The main author of this article has changed to using bytea exclusively now that Python and pl/Python make it easy to use bytea vs text type.

bytea

  • Data storage requirements are the same as the object being stored in the file system
  • Standard SQL statements to INSERT, UDPATE, DELETE, and SELECT the object
  • How easy is it to get the data in and out depends on the programming tools. Python & .Net have the easiest automatic casting to and from languages type to postgres type (depending on db driver). Other languages database access layers require escaping or casting in a separate step before additional processing can be done.
  • Server side tools tools to encode or decode into other formats

text

  • Data storage requirements can be 30% higher than if the file is stored in the file system
  • Standard SQL statements to INSERT, UDPATE, DELETE, and SELECT the object
  • always has to be encoded and decoded into some format such as (not a complete list)

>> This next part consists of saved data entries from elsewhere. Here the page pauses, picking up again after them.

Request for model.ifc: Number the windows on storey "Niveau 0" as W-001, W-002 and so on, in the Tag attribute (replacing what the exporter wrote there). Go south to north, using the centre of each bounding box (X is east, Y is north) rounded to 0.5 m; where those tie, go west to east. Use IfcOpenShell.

First a look at what the model holds.

```python
import ifcopenshell
import ifcopenshell.util.element
import ifcopenshell.util.placement

model = ifcopenshell.open("model.ifc")
print(model.schema)
storey = next(s for s in model.by_type("IfcBuildingStorey") if s.Name == "Niveau 0")
windows = [e for e in ifcopenshell.util.element.get_decomposition(storey) if e.is_a("IfcWindow")]
for e in sorted(windows, key=lambda e: e.id()):
    origin = ifcopenshell.util.placement.get_local_placement(e.ObjectPlacement)[:3, 3]
    print(e.id(), e.Tag, e.Name, origin.round(2) + 0.0, sep=" | ")
```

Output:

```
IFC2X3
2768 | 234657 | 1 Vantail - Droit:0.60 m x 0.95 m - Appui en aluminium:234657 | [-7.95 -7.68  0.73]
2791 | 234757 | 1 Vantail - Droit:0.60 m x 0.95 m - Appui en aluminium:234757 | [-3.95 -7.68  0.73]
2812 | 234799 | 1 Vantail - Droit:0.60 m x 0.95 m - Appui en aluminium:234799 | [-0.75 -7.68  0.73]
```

```python
import ifcopenshell
import ifcopenshell.geom
import ifcopenshell.util.element
import ifcopenshell.util.shape

model = ifcopenshell.open("model.ifc")
settings = ifcopenshell.geom.settings()
settings.set("use-world-coords", True)


def centre(element):
    shape = ifcopenshell.geom.create_shape(settings, element)
    return ifcopenshell.util.shape.get_bbox_centroid(shape.geometry)


storey = next(s for s in model.by_type("IfcBuildingStorey") if s.Name == "Niveau 0")
windows = [e for e in ifcopenshell.util.element.get_decomposition(storey) if e.is_a("IfcWindow")]

# Insertion points can sit at a corner or the storey origin, so sort by the geometry (in metres).
centres = {e: centre(e) for e in windows}
windows.sort(key=lambda e: (round(centres[e][1] / 0.5), centres[e][0]))

for i, e in enumerate(windows, start=1):
    number = f"W-0{i:02d}"
    e.Tag = number
    print(e.id(), number)

model.write("model_v2.ifc")
```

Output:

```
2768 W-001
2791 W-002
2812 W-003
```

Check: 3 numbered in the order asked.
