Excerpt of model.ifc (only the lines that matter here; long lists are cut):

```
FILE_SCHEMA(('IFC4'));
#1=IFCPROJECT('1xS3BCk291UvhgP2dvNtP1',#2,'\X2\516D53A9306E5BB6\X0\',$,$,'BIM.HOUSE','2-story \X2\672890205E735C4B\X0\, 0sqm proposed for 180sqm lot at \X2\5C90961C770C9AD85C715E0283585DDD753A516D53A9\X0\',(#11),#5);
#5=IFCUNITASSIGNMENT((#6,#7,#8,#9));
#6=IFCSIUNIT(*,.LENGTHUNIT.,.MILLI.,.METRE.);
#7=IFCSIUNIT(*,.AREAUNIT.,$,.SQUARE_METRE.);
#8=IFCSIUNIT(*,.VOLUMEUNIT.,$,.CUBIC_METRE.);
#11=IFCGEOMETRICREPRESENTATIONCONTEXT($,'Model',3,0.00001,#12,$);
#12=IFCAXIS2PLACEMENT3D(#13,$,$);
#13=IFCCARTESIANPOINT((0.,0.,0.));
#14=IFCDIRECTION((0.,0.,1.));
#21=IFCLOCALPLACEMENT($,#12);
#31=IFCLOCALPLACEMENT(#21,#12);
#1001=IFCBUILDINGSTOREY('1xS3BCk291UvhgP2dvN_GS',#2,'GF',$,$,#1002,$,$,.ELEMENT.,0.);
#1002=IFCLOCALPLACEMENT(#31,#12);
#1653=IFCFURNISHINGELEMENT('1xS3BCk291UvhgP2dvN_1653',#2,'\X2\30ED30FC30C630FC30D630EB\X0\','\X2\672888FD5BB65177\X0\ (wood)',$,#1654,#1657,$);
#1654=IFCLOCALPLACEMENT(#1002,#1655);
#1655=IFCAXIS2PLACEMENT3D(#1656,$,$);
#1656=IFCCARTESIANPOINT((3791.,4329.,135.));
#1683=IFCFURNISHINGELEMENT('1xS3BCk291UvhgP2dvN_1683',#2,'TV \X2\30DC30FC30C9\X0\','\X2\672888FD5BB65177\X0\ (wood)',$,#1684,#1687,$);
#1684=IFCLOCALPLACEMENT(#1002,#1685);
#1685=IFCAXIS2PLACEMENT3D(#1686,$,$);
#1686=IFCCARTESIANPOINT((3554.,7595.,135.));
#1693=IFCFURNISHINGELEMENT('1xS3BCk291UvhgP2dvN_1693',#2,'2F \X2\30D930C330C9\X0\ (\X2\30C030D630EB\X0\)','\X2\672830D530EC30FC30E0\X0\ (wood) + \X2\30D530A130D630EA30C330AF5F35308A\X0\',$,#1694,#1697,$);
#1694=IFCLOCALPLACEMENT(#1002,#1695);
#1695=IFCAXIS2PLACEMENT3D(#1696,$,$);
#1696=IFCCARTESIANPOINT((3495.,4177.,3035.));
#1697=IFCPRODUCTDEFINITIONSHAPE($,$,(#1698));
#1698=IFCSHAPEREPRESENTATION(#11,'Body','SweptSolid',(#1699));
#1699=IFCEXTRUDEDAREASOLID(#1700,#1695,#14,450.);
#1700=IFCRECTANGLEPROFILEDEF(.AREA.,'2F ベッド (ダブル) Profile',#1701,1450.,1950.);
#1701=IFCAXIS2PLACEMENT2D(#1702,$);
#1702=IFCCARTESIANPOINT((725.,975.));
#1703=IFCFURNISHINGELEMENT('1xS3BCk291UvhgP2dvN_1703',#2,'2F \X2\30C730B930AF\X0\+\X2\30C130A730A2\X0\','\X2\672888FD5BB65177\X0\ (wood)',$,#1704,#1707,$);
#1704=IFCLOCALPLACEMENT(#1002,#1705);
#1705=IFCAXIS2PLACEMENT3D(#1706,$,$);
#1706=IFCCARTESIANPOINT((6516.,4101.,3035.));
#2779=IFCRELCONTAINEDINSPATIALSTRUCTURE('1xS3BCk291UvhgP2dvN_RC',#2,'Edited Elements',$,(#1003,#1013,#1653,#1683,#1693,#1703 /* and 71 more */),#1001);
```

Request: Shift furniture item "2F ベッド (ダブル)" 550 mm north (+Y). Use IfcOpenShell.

```python
import ifcopenshell
import ifcopenshell.api.geometry
import ifcopenshell.util.placement
import ifcopenshell.util.unit

model = ifcopenshell.open("model.ifc")
unit_scale = ifcopenshell.util.unit.calculate_unit_scale(model)

item = model.by_id(1693)
matrix = ifcopenshell.util.placement.get_local_placement(item.ObjectPlacement)
matrix[1, 3] += 0.55 / unit_scale
ifcopenshell.api.geometry.edit_object_placement(model, product=item, matrix=matrix, is_si=False)

print(ifcopenshell.util.placement.get_local_placement(item.ObjectPlacement).round(3) + 0.0)

model.write("model_edited.ifc")
```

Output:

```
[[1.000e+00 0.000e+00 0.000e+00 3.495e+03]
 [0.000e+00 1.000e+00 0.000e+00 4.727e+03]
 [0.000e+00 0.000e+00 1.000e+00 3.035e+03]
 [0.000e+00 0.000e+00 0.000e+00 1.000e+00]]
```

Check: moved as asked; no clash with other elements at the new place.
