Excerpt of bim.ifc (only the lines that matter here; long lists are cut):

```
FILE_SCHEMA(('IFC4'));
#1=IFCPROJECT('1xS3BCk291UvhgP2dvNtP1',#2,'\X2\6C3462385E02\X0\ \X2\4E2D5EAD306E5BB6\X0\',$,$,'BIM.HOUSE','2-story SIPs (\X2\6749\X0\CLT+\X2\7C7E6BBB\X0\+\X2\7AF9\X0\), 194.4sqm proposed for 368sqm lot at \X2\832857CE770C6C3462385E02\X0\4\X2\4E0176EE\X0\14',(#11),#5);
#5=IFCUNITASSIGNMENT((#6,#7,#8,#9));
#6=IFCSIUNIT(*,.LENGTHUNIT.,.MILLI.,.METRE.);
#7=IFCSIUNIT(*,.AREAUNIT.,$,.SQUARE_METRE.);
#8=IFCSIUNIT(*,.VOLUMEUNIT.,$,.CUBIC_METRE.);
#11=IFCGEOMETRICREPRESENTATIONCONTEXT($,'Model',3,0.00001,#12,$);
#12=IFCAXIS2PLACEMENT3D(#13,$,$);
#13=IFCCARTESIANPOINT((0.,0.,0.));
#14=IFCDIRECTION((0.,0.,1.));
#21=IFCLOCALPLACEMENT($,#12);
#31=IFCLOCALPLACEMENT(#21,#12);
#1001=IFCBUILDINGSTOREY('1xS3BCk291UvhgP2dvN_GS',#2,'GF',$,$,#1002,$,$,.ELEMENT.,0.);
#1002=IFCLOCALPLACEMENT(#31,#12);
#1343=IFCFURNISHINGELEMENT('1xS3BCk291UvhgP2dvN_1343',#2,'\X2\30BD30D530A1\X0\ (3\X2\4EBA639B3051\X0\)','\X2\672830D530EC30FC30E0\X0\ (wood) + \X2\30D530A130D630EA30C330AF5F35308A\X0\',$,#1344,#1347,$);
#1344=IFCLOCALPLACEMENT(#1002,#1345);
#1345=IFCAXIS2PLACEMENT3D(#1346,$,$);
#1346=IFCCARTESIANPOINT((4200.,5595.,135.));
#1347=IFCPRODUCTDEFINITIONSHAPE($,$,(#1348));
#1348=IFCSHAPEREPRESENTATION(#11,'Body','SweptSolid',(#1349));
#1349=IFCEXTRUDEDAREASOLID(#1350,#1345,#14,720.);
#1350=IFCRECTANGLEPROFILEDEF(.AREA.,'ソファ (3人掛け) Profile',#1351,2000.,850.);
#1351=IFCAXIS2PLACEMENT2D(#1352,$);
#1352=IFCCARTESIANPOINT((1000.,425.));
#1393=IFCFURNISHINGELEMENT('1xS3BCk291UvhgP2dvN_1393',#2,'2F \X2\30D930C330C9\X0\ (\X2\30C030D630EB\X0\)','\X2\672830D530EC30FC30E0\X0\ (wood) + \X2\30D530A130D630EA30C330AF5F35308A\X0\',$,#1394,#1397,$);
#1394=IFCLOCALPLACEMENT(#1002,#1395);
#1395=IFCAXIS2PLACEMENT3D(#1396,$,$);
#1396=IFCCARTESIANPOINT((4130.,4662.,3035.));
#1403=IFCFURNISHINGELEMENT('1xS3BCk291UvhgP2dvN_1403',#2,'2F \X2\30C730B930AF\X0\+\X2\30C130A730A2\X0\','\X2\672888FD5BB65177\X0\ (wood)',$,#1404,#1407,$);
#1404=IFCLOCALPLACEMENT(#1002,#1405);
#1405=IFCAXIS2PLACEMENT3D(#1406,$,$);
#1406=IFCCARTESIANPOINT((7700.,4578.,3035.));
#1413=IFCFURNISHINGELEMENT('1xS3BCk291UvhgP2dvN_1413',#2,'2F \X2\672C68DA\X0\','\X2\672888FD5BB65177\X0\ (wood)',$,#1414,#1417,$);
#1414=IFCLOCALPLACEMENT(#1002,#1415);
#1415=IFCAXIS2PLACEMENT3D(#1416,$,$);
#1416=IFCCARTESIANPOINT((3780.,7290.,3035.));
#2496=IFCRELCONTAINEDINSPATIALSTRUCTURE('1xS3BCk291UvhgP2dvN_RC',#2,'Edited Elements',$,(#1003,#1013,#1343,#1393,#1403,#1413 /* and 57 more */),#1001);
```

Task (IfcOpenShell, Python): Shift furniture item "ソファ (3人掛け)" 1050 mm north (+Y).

```python
import ifcopenshell
import ifcopenshell.api.geometry
import ifcopenshell.util.placement

model = ifcopenshell.open("bim.ifc")

item = model.by_guid("1xS3BCk291UvhgP2dvN_1343")
matrix = ifcopenshell.util.placement.get_local_placement(item.ObjectPlacement)
matrix[1, 3] += 1050.0
ifcopenshell.api.geometry.edit_object_placement(model, product=item, matrix=matrix, is_si=False)

print(ifcopenshell.util.placement.get_local_placement(item.ObjectPlacement).round(3) + 0.0)

model.write("bim_v2.ifc")
```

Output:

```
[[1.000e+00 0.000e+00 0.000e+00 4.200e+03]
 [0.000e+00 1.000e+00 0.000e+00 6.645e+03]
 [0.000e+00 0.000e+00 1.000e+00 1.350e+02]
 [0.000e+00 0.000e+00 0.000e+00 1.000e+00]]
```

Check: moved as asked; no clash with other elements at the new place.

this can add significant overhead.

  • Server side tools to encode or decode into other formats

BLOB aka Large Objects

  • Completely different interface has to be used, read through Large-Objects documentation to have a full understanding.
  • Does have the advantage of being able to seek over data and stream data out.
  • Data storage requirements are the same as when saved in the file system
  • Limited server side tools to manipulate the objects.

What Meta Data should be stored in a database?

Here is a basic list of what should be recorded in the database along side the binary file

  • Original file name
  • Data type
    • This is needed to tell us what kind of binary file is stored in the database
    • The author suggest following the Internet Media Type it makes it easier to use the same information for a website or attaching to email.
  • Long description
  • Date added

When is it bad idea to store binary files in the database?

Very large files (100MB+), where performance is critical to the application. The database layer adds a lot of overhead and complexity that may not be required.